[Stored items]
►
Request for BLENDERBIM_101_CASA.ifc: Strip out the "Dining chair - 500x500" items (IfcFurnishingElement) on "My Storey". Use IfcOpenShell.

First a look at what the model holds.

```python
import ifcopenshell
import ifcopenshell.util.element

model = ifcopenshell.open("BLENDERBIM_101_CASA.ifc")
print(model.schema)
storey = next(s for s in model.by_type("IfcBuildingStorey") if s.Name == "My Storey")
furniture = [e for e in ifcopenshell.util.element.get_decomposition(storey) if e.is_a("IfcFurnishingElement")]
seen = {}
for e in furniture:
    element_type = ifcopenshell.util.element.get_type(e)
    name = element_type.Name if element_type not in (None, e) else None
    seen[name] = seen.get(name, 0) + 1
for name, count in sorted(seen.items(), key=str):
    print(count, "x", name)
```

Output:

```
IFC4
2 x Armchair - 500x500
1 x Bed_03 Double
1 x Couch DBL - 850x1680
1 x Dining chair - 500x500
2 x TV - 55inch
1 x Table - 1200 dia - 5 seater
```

```python
import ifcopenshell
import ifcopenshell.api.root
import ifcopenshell.util.element

model = ifcopenshell.open("BLENDERBIM_101_CASA.ifc")

storey = next(s for s in model.by_type("IfcBuildingStorey") if s.Name == "My Storey")
furniture = [e for e in ifcopenshell.util.element.get_decomposition(storey) if e.is_a("IfcFurnishingElement")]
targets = [e for e in furniture if (t := ifcopenshell.util.element.get_type(e)) not in (None, e) and t.Name == "Dining chair - 500x500"]

for e in targets:
    ifcopenshell.api.root.remove_product(model, product=e)
print(len(targets), "removed")

model.write("BLENDERBIM_101_CASA_edited.ifc")
```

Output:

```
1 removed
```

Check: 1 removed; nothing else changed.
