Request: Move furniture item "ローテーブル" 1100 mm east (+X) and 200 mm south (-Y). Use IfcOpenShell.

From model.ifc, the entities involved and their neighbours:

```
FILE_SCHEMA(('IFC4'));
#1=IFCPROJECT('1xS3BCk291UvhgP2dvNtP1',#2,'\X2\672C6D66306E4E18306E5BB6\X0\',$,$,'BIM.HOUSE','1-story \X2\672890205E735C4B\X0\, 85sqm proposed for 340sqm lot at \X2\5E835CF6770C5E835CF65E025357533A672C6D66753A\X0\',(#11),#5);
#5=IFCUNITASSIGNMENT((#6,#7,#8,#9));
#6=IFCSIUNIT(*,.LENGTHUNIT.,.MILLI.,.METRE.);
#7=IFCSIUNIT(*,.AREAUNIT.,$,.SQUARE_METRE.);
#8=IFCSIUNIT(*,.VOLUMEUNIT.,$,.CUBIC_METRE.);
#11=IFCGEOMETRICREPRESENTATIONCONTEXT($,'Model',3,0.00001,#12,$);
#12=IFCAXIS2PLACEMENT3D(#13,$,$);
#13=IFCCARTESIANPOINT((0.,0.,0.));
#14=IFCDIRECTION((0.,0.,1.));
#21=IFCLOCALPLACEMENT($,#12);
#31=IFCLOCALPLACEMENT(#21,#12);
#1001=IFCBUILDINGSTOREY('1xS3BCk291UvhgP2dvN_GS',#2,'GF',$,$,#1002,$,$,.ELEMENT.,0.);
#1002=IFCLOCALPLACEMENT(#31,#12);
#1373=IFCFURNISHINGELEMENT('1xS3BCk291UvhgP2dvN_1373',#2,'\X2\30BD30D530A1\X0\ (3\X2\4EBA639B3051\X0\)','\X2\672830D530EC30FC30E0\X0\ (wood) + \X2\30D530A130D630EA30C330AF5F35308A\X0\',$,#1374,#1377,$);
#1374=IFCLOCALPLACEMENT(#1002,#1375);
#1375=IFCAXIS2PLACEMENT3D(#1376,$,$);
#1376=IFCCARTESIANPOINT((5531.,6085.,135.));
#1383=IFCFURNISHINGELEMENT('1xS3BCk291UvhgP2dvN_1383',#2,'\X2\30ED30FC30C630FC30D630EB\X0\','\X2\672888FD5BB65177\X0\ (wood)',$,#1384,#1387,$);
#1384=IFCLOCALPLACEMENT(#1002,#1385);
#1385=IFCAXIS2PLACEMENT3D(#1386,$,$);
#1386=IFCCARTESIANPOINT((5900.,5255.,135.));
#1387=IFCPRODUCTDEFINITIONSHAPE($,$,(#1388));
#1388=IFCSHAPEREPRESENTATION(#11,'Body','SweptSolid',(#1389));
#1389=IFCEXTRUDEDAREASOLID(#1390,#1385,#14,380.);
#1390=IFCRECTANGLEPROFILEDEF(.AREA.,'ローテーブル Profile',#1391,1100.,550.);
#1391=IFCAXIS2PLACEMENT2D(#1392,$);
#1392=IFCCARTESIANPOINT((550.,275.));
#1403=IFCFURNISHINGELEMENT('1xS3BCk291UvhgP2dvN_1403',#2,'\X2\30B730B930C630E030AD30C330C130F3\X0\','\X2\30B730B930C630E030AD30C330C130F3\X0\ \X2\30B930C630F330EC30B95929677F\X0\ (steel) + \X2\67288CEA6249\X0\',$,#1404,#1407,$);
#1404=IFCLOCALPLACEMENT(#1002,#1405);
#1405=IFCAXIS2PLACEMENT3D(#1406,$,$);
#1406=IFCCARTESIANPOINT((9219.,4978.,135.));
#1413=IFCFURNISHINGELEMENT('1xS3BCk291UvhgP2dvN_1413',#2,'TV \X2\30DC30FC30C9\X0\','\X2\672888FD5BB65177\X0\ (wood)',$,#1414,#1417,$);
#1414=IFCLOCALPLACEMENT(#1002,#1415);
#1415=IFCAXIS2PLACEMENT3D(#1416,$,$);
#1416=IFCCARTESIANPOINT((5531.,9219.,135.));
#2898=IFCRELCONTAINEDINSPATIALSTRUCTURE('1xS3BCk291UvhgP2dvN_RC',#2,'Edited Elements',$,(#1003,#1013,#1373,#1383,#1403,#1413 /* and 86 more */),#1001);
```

```python
import ifcopenshell
import ifcopenshell.api.geometry
import ifcopenshell.util.placement

model = ifcopenshell.open("model.ifc")

item = model.by_id(1383)
matrix = ifcopenshell.util.placement.get_local_placement(item.ObjectPlacement)
matrix[0, 3] += 1100.0
matrix[1, 3] -= 200.0
ifcopenshell.api.geometry.edit_object_placement(model, product=item, matrix=matrix, is_si=False)

print(ifcopenshell.util.placement.get_local_placement(item.ObjectPlacement).round(3) + 0.0)

model.write("model_rev.ifc")
```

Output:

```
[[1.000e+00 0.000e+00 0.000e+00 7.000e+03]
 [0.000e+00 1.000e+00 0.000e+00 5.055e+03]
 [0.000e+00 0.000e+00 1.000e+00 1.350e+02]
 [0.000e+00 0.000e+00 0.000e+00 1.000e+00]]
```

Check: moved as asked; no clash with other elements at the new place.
◄
> REQUIRED WORK
Write out every record verbatim.

> RESULT FOR THIS EXERCISE
Request for BLENDERBIM_101_CASA.ifc: Strip out the "Dining chair - 500x500" items (IfcFurnishingElement) on "My Storey". Use IfcOpenShell.

First a look at what the model holds.

```python
import ifcopenshell
import ifcopenshell.util.element

model = ifcopenshell.open("BLENDERBIM_101_CASA.ifc")
print(model.schema)
storey = next(s for s in model.by_type("IfcBuildingStorey") if s.Name == "My Storey")
furniture = [e for e in ifcopenshell.util.element.get_decomposition(storey) if e.is_a("IfcFurnishingElement")]
seen = {}
for e in furniture:
    element_type = ifcopenshell.util.element.get_type(e)
    name = element_type.Name if element_type not in (None, e) else None
    seen[name] = seen.get(name, 0) + 1
for name, count in sorted(seen.items(), key=str):
    print(count, "x", name)
```

Output:

```
IFC4
2 x Armchair - 500x500
1 x Bed_03 Double
1 x Couch DBL - 850x1680
1 x Dining chair - 500x500
2 x TV - 55inch
1 x Table - 1200 dia - 5 seater
```

```python
import ifcopenshell
import ifcopenshell.api.root
import ifcopenshell.util.element

model = ifcopenshell.open("BLENDERBIM_101_CASA.ifc")

storey = next(s for s in model.by_type("IfcBuildingStorey") if s.Name == "My Storey")
furniture = [e for e in ifcopenshell.util.element.get_decomposition(storey) if e.is_a("IfcFurnishingElement")]
targets = [e for e in furniture if (t := ifcopenshell.util.element.get_type(e)) not in (None, e) and t.Name == "Dining chair - 500x500"]

for e in targets:
    ifcopenshell.api.root.remove_product(model, product=e)
print(len(targets), "removed")

model.write("BLENDERBIM_101_CASA_edited.ifc")
```

Output:

```
1 removed
```

Check: 1 removed; nothing else changed.
Request: Move furniture item "ローテーブル" 1100 mm east (+X) and 200 mm south (-Y). Use IfcOpenShell.

From model.ifc, the entities involved and their neighbours:

```
FILE_SCHEMA(('IFC4'));
#1=IFCPROJECT('1xS3BCk291UvhgP2dvNtP1',#2,'\X2\672C6D66306E4E18306E5BB6\X0\',$,$,'BIM.HOUSE','1-story \X2\672890205E735C4B\X0\, 85sqm proposed for 340sqm lot at \X2\5E835CF6770C5E835CF65E025357533A672C6D66753A\X0\',(#11),#5);
#5=IFCUNITASSIGNMENT((#6,#7,#8,#9));
#6=IFCSIUNIT(*,.LENGTHUNIT.,.MILLI.,.METRE.);
#7=IFCSIUNIT(*,.AREAUNIT.,$,.SQUARE_METRE.);
#8=IFCSIUNIT(*,.VOLUMEUNIT.,$,.CUBIC_METRE.);
#11=IFCGEOMETRICREPRESENTATIONCONTEXT($,'Model',3,0.00001,#12,$);
#12=IFCAXIS2PLACEMENT3D(#13,$,$);
#13=IFCCARTESIANPOINT((0.,0.,0.));
#14=IFCDIRECTION((0.,0.,1.));
#21=IFCLOCALPLACEMENT($,#12);
#31=IFCLOCALPLACEMENT(#21,#12);
#1001=IFCBUILDINGSTOREY('1xS3BCk291UvhgP2dvN_GS',#2,'GF',$,$,#1002,$,$,.ELEMENT.,0.);
#1002=IFCLOCALPLACEMENT(#31,#12);
#1373=IFCFURNISHINGELEMENT('1xS3BCk291UvhgP2dvN_1373',#2,'\X2\30BD30D530A1\X0\ (3\X2\4EBA639B3051\X0\)','\X2\672830D530EC30FC30E0\X0\ (wood) + \X2\30D530A130D630EA30C330AF5F35308A\X0\',$,#1374,#1377,$);
#1374=IFCLOCALPLACEMENT(#1002,#1375);
#1375=IFCAXIS2PLACEMENT3D(#1376,$,$);
#1376=IFCCARTESIANPOINT((5531.,6085.,135.));
#1383=IFCFURNISHINGELEMENT('1xS3BCk291UvhgP2dvN_1383',#2,'\X2\30ED30FC30C630FC30D630EB\X0\','\X2\672888FD5BB65177\X0\ (wood)',$,#1384,#1387,$);
#1384=IFCLOCALPLACEMENT(#1002,#1385);
#1385=IFCAXIS2PLACEMENT3D(#1386,$,$);
#1386=IFCCARTESIANPOINT((5900.,5255.,135.));
#1387=IFCPRODUCTDEFINITIONSHAPE($,$,(#1388));
#1388=IFCSHAPEREPRESENTATION(#11,'Body','SweptSolid',(#1389));
#1389=IFCEXTRUDEDAREASOLID(#1390,#1385,#14,380.);
#1390=IFCRECTANGLEPROFILEDEF(.AREA.,'ローテーブル Profile',#1391,1100.,550.);
#1391=IFCAXIS2PLACEMENT2D(#1392,$);
#1392=IFCCARTESIANPOINT((550.,275.));
#1403=IFCFURNISHINGELEMENT('1xS3BCk291UvhgP2dvN_1403',#2,'\X2\30B730B930C630E030AD30C330C130F3\X0\','\X2\30B730B930C630E030AD30C330C130F3\X0\ \X2\30B930C630F330EC30B95929677F\X0\ (steel) + \X2\67288CEA6249\X0\',$,#1404,#1407,$);
#1404=IFCLOCALPLACEMENT(#1002,#1405);
#1405=IFCAXIS2PLACEMENT3D(#1406,$,$);
#1406=IFCCARTESIANPOINT((9219.,4978.,135.));
#1413=IFCFURNISHINGELEMENT('1xS3BCk291UvhgP2dvN_1413',#2,'TV \X2\30DC30FC30C9\X0\','\X2\672888FD5BB65177\X0\ (wood)',$,#1414,#1417,$);
#1414=IFCLOCALPLACEMENT(#1002,#1415);
#1415=IFCAXIS2PLACEMENT3D(#1416,$,$);
#1416=IFCCARTESIANPOINT((5531.,9219.,135.));
#2898=IFCRELCONTAINEDINSPATIALSTRUCTURE('1xS3BCk291UvhgP2dvN_RC',#2,'Edited Elements',$,(#1003,#1013,#1373,#1383,#1403,#1413 /* and 86 more */),#1001);
```

```python
import ifcopenshell
import ifcopenshell.api.geometry
import ifcopenshell.util.placement

model = ifcopenshell.open("model.ifc")

item = model.by_id(1383)
matrix = ifcopenshell.util.placement.get_local_placement(item.ObjectPlacement)
matrix[0, 3] += 1100.0
matrix[1, 3] -= 200.0
ifcopenshell.api.geometry.edit_object_placement(model, product=item, matrix=matrix, is_si=False)

print(ifcopenshell.util.placement.get_local_placement(item.ObjectPlacement).round(3) + 0.0)

model.write("model_rev.ifc")
```

Output:

```
[[1.000e+00 0.000e+00 0.000e+00 7.000e+03]
 [0.000e+00 1.000e+00 0.000e+00 5.055e+03]
 [0.000e+00 0.000e+00 1.000e+00 1.350e+02]
 [0.000e+00 0.000e+00 0.000e+00 1.000e+00]]
```

Check: moved as asked; no clash with other elements at the new place.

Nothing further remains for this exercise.